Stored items

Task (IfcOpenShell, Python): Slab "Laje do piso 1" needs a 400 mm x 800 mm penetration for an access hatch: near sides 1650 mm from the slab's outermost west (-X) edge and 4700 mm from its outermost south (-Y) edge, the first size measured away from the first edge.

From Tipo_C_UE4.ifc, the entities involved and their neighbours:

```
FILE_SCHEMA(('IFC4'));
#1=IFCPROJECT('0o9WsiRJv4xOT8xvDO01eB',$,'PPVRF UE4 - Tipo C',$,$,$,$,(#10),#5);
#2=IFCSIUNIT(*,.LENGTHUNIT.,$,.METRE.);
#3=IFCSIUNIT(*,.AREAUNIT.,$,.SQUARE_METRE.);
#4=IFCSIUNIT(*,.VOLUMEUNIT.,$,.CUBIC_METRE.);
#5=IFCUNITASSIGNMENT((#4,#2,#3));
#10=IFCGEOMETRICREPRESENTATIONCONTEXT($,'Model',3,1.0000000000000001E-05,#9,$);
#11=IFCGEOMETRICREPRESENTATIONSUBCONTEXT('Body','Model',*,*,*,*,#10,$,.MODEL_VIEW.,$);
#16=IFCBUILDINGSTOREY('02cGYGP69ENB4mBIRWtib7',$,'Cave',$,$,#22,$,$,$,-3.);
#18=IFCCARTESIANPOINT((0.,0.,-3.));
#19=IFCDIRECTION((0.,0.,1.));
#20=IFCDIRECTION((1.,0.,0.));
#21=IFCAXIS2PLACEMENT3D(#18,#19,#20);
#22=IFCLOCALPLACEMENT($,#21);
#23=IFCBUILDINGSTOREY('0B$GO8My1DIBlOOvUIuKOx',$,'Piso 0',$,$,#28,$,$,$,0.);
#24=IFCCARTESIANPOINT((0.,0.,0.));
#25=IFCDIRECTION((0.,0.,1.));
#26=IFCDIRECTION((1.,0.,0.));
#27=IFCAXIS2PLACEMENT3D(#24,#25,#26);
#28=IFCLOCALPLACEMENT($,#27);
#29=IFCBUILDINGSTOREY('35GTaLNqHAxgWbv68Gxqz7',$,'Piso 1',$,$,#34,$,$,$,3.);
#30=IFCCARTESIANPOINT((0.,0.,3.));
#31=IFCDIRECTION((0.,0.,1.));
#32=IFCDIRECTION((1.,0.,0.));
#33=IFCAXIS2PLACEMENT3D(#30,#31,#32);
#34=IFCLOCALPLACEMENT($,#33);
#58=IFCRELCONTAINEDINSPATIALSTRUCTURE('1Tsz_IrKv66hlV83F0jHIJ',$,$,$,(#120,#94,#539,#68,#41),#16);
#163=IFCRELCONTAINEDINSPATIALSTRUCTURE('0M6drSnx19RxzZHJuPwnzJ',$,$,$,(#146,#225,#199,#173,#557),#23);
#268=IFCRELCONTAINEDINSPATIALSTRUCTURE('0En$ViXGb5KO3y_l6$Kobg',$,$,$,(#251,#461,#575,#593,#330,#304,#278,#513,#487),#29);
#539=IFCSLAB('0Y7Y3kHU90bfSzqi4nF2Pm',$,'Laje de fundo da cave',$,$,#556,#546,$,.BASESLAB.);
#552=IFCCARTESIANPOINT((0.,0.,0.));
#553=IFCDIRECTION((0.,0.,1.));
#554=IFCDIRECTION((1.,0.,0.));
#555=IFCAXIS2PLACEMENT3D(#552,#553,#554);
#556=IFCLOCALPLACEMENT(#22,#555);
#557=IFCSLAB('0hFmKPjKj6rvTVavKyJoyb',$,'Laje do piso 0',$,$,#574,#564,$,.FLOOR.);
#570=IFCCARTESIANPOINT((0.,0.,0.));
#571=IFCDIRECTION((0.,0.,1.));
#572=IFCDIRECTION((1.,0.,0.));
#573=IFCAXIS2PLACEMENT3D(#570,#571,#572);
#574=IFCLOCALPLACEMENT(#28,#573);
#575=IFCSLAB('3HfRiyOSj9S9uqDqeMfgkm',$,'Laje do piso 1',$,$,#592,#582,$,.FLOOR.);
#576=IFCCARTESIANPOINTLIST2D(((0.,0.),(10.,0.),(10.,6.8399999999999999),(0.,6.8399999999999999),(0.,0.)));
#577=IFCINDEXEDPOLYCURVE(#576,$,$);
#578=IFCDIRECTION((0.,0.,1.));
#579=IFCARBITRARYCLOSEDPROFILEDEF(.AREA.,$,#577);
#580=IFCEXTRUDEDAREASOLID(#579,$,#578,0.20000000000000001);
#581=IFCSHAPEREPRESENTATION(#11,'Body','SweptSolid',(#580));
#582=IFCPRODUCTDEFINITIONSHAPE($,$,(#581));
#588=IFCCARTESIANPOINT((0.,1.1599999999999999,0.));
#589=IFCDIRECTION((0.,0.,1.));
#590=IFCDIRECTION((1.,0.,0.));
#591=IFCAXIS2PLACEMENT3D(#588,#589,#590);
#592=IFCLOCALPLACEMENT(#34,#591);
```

```python
import numpy as np
import ifcopenshell
import ifcopenshell.api.feature
import ifcopenshell.api.geometry
import ifcopenshell.api.root
import ifcopenshell.geom
import ifcopenshell.util.placement
import ifcopenshell.util.representation
import ifcopenshell.util.shape
import ifcopenshell.util.unit

model = ifcopenshell.open("Tipo_C_UE4.ifc")
unit_scale = ifcopenshell.util.unit.calculate_unit_scale(model)
settings = ifcopenshell.geom.settings()


def volume(element):
    """Net volume in cubic metres, openings subtracted."""
    shape = ifcopenshell.geom.create_shape(settings, element)
    return ifcopenshell.util.shape.get_volume(shape.geometry)


slab = model.by_guid("3HfRiyOSj9S9uqDqeMfgkm")
before = volume(slab)

# Extent in the slab's own axes, in metres. The edges named are its -X and -Y sides.
slab_shape = ifcopenshell.geom.create_shape(settings, slab)
vertices = ifcopenshell.util.shape.get_vertices(slab_shape.geometry)
x_min, y_min, bottom = vertices.min(axis=0)
top = vertices[:, 2].max()

opening = ifcopenshell.api.root.create_entity(model, ifc_class="IfcOpeningElement", name="Access hatch opening", predefined_type="OPENING")
context = ifcopenshell.util.representation.get_context(model, "Model", "Body", "MODEL_VIEW")
width, depth = 0.4, 0.8
outline = [(0.0, 0.0), (width, 0.0), (width, depth), (0.0, depth), (0.0, 0.0)]
# Overshoot both faces by 50 mm so the cut is clean.
shape = ifcopenshell.api.geometry.add_slab_representation(
    model, context=context, depth=top - bottom + 0.1, polyline=outline
)
ifcopenshell.api.geometry.assign_representation(model, product=opening, representation=shape)

matrix = ifcopenshell.util.placement.get_local_placement(slab.ObjectPlacement)
matrix[:, 3] = matrix @ np.append(np.array([x_min + 1.65, y_min + 4.7, bottom - 0.05]) / unit_scale, 1.0)
ifcopenshell.api.geometry.edit_object_placement(model, product=opening, matrix=matrix, is_si=False)
ifcopenshell.api.feature.add_feature(model, feature=opening, element=slab)

after = volume(slab)

print(f"slab volume {before:.3f} -> {after:.3f} m3")

model.write("Tipo_C_UE4_updated.ifc")
```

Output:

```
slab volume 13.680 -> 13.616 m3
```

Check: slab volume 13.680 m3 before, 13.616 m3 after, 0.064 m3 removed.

**What the task asks:** Reproduce every line in the records above that contains the word "IFCRELCONTAINEDINSPATIALSTRUCTURE".

**Reply to the exercise:**
#58=IFCRELCONTAINEDINSPATIALSTRUCTURE('1Tsz_IrKv66hlV83F0jHIJ',$,$,$,(#120,#94,#539,#68,#41),#16);
#163=IFCRELCONTAINEDINSPATIALSTRUCTURE('0M6drSnx19RxzZHJuPwnzJ',$,$,$,(#146,#225,#199,#173,#557),#23);
#268=IFCRELCONTAINEDINSPATIALSTRUCTURE('0En$ViXGb5KO3y_l6$Kobg',$,$,$,(#251,#461,#575,#593,#330,#304,#278,#513,#487),#29);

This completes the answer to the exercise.